Task description = Search the data for "IFCRELAGGREGATES" and copy every matching line.
--- Records shown Enclosed Below ---
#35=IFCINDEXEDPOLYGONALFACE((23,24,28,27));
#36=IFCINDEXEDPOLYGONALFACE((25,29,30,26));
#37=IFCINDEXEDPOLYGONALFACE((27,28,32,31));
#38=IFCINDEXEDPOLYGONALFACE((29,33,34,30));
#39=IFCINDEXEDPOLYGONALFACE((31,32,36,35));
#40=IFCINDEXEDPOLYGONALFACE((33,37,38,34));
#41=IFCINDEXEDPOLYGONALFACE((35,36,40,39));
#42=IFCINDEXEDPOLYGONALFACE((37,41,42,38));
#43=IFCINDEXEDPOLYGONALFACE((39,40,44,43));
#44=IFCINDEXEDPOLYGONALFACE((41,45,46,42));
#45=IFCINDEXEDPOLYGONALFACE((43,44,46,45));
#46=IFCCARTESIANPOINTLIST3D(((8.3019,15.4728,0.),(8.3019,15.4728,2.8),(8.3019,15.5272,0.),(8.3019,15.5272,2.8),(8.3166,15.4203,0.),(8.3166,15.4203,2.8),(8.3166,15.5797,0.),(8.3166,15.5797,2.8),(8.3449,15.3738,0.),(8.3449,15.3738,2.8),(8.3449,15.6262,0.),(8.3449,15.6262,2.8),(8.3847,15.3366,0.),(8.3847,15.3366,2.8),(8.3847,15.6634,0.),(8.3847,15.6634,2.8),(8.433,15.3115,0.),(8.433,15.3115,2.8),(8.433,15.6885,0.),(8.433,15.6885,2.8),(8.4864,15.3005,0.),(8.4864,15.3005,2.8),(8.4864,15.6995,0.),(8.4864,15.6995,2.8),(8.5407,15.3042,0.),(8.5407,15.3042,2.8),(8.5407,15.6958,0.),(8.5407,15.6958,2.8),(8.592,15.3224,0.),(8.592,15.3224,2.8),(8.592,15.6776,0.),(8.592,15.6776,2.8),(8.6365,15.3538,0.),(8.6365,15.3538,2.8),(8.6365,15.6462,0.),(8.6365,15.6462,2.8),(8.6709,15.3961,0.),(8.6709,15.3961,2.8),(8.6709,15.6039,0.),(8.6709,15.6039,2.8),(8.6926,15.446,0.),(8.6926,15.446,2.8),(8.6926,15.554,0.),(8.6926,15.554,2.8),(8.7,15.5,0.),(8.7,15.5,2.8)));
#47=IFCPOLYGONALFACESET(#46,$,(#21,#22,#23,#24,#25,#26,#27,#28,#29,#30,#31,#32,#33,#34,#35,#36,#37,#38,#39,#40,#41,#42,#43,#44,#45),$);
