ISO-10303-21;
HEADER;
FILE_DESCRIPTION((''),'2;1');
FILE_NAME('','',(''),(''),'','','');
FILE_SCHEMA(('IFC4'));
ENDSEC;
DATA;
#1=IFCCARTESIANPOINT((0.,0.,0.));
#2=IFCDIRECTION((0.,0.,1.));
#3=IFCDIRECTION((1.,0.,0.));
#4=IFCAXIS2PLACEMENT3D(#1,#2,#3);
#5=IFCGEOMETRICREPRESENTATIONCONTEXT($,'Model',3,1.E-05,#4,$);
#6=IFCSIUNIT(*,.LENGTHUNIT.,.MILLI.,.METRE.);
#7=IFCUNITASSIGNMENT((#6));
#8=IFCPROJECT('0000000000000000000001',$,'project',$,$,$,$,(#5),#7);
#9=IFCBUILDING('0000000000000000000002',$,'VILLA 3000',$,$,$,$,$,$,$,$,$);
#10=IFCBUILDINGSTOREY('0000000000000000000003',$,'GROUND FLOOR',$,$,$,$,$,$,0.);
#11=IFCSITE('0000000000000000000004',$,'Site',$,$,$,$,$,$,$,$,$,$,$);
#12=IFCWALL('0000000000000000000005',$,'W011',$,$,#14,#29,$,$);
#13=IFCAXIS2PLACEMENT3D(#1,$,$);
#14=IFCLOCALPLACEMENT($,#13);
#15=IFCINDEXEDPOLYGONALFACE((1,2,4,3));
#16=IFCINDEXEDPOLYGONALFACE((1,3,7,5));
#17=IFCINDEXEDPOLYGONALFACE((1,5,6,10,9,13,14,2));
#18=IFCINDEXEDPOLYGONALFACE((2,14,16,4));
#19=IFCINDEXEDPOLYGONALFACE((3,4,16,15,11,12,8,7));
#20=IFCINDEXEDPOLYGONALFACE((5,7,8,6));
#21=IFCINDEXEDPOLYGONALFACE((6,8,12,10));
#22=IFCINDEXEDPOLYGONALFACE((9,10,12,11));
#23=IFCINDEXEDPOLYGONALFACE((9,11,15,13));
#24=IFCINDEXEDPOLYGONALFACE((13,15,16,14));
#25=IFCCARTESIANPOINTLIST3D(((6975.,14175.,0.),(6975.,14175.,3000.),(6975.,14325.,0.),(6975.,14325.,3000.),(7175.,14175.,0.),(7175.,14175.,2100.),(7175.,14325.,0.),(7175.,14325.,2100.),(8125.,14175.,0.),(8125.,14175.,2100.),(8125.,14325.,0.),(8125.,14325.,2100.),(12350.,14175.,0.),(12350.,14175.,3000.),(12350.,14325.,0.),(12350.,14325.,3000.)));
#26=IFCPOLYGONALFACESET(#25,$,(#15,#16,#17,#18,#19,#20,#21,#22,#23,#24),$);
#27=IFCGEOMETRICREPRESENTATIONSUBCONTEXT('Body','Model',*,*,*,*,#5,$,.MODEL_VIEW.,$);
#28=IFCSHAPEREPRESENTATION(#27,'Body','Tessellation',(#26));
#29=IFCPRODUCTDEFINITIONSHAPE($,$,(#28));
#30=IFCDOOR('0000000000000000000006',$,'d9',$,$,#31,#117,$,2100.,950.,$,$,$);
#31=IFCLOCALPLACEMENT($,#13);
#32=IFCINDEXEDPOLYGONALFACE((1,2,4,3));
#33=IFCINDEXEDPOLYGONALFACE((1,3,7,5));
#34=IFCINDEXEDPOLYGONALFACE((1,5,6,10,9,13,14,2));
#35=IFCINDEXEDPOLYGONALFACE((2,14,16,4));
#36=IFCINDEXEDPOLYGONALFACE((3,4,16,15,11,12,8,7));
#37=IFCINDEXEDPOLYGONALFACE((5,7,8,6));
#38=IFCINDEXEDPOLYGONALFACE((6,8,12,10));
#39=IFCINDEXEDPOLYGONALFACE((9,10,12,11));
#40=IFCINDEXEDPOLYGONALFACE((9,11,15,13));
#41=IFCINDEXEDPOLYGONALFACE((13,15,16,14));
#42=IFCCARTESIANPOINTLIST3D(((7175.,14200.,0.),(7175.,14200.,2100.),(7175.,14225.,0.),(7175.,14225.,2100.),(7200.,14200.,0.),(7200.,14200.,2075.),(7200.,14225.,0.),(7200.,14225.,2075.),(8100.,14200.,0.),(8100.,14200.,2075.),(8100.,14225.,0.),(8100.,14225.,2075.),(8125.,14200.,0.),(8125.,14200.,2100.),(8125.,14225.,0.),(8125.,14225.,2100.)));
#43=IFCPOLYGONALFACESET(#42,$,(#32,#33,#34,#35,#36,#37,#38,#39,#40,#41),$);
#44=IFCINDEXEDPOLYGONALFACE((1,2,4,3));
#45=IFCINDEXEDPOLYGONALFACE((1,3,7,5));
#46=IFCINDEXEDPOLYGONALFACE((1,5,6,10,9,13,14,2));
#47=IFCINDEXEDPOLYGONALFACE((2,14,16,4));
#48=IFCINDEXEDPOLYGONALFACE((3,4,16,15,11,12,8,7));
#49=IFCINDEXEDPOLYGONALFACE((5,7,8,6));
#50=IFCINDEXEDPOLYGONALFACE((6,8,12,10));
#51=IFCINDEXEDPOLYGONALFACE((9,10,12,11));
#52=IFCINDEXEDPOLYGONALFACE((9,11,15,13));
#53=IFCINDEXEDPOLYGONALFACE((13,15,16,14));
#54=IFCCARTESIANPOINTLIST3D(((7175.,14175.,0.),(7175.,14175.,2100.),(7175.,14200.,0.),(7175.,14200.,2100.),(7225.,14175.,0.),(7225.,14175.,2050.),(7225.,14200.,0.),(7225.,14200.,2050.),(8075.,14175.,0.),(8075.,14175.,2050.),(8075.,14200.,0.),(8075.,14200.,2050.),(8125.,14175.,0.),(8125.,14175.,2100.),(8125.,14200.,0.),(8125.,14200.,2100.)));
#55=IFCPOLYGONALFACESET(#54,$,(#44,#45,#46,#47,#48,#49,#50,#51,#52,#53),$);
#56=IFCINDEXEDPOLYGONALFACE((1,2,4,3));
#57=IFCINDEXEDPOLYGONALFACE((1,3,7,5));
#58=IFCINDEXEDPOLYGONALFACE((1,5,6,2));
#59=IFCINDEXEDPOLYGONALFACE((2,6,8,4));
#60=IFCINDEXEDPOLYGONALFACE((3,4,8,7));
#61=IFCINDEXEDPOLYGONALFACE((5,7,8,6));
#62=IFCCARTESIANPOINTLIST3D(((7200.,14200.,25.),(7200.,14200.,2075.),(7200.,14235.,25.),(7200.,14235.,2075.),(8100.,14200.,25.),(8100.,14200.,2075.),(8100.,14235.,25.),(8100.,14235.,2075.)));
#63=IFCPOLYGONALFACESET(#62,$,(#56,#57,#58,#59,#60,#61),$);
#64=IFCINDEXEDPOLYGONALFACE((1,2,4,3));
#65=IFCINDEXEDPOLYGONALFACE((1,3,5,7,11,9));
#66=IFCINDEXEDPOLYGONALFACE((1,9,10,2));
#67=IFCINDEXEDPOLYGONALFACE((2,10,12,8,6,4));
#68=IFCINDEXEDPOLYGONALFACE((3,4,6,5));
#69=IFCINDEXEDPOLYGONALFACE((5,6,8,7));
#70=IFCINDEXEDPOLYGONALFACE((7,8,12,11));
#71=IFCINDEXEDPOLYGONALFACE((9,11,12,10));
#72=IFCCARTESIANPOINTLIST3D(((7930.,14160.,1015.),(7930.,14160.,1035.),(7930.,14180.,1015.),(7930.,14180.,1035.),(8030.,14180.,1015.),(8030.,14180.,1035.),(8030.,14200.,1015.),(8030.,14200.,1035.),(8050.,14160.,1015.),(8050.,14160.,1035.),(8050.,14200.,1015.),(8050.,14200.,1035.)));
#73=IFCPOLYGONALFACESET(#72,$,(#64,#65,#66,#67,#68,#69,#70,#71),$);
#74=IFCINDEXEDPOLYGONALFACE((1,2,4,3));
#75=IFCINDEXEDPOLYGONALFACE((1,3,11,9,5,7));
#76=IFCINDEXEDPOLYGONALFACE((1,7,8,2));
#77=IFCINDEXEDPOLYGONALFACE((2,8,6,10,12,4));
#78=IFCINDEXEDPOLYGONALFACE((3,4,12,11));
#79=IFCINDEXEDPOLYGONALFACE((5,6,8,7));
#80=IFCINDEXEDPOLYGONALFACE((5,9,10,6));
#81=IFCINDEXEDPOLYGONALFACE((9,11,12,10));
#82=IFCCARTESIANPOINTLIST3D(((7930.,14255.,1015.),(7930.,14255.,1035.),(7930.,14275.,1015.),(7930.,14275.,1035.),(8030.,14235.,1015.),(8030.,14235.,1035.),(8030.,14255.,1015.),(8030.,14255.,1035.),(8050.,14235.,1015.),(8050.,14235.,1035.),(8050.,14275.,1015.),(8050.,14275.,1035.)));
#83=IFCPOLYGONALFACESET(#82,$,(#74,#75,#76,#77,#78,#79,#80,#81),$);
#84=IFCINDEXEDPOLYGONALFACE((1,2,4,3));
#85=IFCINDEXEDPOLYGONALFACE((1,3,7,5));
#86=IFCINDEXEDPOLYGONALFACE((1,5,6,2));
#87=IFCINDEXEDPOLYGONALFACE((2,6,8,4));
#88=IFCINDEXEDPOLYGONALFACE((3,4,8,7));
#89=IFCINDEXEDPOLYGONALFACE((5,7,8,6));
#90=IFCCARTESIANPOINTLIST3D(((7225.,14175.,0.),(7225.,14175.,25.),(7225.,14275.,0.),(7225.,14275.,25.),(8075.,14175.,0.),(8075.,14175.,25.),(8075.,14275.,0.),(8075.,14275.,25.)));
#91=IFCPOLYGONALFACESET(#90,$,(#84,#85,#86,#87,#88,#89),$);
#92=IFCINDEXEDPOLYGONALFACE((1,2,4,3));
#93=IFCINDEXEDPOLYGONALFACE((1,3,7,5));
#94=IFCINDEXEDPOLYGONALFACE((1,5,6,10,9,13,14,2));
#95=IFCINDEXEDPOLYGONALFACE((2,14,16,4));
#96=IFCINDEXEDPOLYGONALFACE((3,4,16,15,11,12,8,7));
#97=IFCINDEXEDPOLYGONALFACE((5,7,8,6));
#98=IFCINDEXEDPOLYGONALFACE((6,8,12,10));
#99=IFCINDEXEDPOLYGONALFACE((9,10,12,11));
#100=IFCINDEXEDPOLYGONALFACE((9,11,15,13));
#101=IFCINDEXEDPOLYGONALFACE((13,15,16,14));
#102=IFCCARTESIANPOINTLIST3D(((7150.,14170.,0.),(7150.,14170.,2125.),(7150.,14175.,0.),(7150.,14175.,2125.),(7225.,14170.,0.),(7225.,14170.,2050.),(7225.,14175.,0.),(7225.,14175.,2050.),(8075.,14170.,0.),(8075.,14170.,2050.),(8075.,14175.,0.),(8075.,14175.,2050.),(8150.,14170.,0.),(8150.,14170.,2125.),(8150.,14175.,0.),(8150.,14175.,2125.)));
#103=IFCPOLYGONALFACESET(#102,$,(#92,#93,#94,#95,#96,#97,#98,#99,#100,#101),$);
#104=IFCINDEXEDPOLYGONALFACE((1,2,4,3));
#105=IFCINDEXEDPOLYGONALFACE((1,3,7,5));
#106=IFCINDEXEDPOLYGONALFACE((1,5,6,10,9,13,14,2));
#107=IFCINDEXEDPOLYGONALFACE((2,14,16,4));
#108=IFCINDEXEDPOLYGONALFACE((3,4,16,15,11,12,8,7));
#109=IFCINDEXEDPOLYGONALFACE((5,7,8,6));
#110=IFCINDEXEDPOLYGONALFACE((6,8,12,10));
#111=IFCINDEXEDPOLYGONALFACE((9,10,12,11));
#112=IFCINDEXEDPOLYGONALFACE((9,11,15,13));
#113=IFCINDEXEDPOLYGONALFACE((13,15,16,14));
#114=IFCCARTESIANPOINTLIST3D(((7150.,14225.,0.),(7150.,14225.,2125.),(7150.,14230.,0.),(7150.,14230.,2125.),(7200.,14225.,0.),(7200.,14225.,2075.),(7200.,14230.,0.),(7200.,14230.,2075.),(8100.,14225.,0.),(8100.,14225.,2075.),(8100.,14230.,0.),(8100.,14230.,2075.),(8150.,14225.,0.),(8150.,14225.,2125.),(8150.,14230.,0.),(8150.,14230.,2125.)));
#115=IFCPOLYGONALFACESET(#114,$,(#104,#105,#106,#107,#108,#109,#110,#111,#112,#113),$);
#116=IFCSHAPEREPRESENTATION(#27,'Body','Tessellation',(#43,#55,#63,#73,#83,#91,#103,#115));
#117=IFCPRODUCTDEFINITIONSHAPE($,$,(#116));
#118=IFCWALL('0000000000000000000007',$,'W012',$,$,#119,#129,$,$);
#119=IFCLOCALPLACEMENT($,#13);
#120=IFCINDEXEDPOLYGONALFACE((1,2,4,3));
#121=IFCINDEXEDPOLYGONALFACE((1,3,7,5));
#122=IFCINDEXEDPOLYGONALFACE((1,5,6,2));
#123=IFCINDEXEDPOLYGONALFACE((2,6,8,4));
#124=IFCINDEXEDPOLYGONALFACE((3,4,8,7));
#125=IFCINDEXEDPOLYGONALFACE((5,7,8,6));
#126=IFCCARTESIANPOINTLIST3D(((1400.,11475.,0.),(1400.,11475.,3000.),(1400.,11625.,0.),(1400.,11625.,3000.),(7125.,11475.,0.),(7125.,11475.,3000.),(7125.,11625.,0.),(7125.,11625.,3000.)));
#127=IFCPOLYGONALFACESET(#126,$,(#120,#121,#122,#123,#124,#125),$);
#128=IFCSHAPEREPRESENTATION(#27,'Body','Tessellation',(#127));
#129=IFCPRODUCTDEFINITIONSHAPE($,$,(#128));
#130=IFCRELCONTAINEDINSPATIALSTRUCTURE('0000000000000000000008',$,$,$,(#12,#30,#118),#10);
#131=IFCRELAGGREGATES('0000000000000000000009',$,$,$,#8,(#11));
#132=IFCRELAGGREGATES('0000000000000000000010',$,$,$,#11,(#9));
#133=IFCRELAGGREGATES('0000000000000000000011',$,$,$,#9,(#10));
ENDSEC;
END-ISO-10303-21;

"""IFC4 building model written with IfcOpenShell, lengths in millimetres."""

from ifc_helpers import new_model, si_unit, frame, origin_with_axes, place, context, subcontext, project, spatial, line, indexed_curve, outline, extrude, element, fill, save


model = new_model("IFC4")

# Units and contexts
model_context = context("Model", 3, precision=1e-05, world=origin_with_axes())
body_context = subcontext(model_context, "Body", "Model", "MODEL_VIEW")
ifc_project = project(units=[si_unit("LENGTHUNIT", "METRE", prefix="MILLI")], contexts=[model_context])

# Site, building, storey
site = spatial("IfcSite", under=ifc_project, Name="Site")
building = spatial("IfcBuilding", under=site, Name="VILLA 3000")
storey = spatial("IfcBuildingStorey", under=building, Name="GROUND FLOOR", Elevation=0.0)

# Wall, opening, door
wall_1_placement = place(None, frame((6975.0, 14250.0, 0.0), z_axis=(0.0, 0.0, 1.0), x_axis=(1.0, 0.0, 0.0)))
wall_1 = element("IfcWall", 1, at=wall_1_placement, inside=storey, Name="W011", context=body_context, shape_type="SweptSolid", body=[
    extrude(outline(indexed_curve([(0.0, 0.0), (0.0, 150.0), (5375.0, 150.0), (5375.0, 0.0), (0.0, 0.0)], self_intersect=False)), frame((0.0, -75.0, 0.0), z_axis=(0.0, 0.0, 1.0), x_axis=(1.0, 0.0, 0.0)), (0.0, 0.0, 1.0), 3000.0),
])
opening_1_placement = place(wall_1_placement, frame((200.0, 0.0, 0.0), z_axis=(0.0, 0.0, 1.0), x_axis=(1.0, 0.0, 0.0)))
opening_1 = element("IfcOpeningElement", 2, at=opening_1_placement, cuts=wall_1, context=body_context, shape_type="SweptSolid", body=[
    extrude(outline(indexed_curve([(0.0, 0.0), (0.0, 250.0), (950.0, 250.0), (950.0, 0.0), (0.0, 0.0)], self_intersect=False)), frame((0.0, -125.0, 0.0), z_axis=(0.0, 0.0, 1.0), x_axis=(1.0, 0.0, 0.0)), (0.0, 0.0, 1.0), 2100.0),
])
door_1_placement = place(None, frame((7175.0, 14175.0, 0.0), z_axis=(0.0, 0.0, 1.0), x_axis=(1.0, 0.0, 0.0)))
door_1 = element("IfcDoor", 3, at=door_1_placement, inside=storey, Name="d9", OverallHeight=2100.0, OverallWidth=950.0, context=body_context, shape_type="SweptSolid", body=[
    extrude(outline(indexed_curve([(0.0, 0.0), (0.0, 2100.0), (950.0, 2100.0), (950.0, 0.0), (925.0, 0.0), (925.0, 2075.0), (25.0, 2075.0), (25.0, 0.0)], segments=[line(1, 2, 3, 4, 5, 6, 7, 8, 1)])), frame((0.0, 25.0, 0.0), z_axis=(0.0, -1.0, 0.0), x_axis=(1.0, 0.0, 0.0)), (0.0, 0.0, -1.0), 25.0),
    extrude(outline(indexed_curve([(0.0, 0.0), (0.0, 2100.0), (950.0, 2100.0), (950.0, 0.0), (900.0, 0.0), (900.0, 2050.0), (50.0, 2050.0), (50.0, 0.0)], segments=[line(1, 2, 3, 4, 5, 6, 7, 8, 1)])), frame((0.0, 0.0, 0.0), z_axis=(0.0, -1.0, 0.0), x_axis=(1.0, 0.0, 0.0)), (0.0, 0.0, -1.0), 25.0),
--- End of Enclosed Records shown ---
Task answer =
#131=IFCRELAGGREGATES('0000000000000000000009',$,$,$,#8,(#11));
#132=IFCRELAGGREGATES('0000000000000000000010',$,$,$,#11,(#9));
#133=IFCRELAGGREGATES('0000000000000000000011',$,$,$,#9,(#10));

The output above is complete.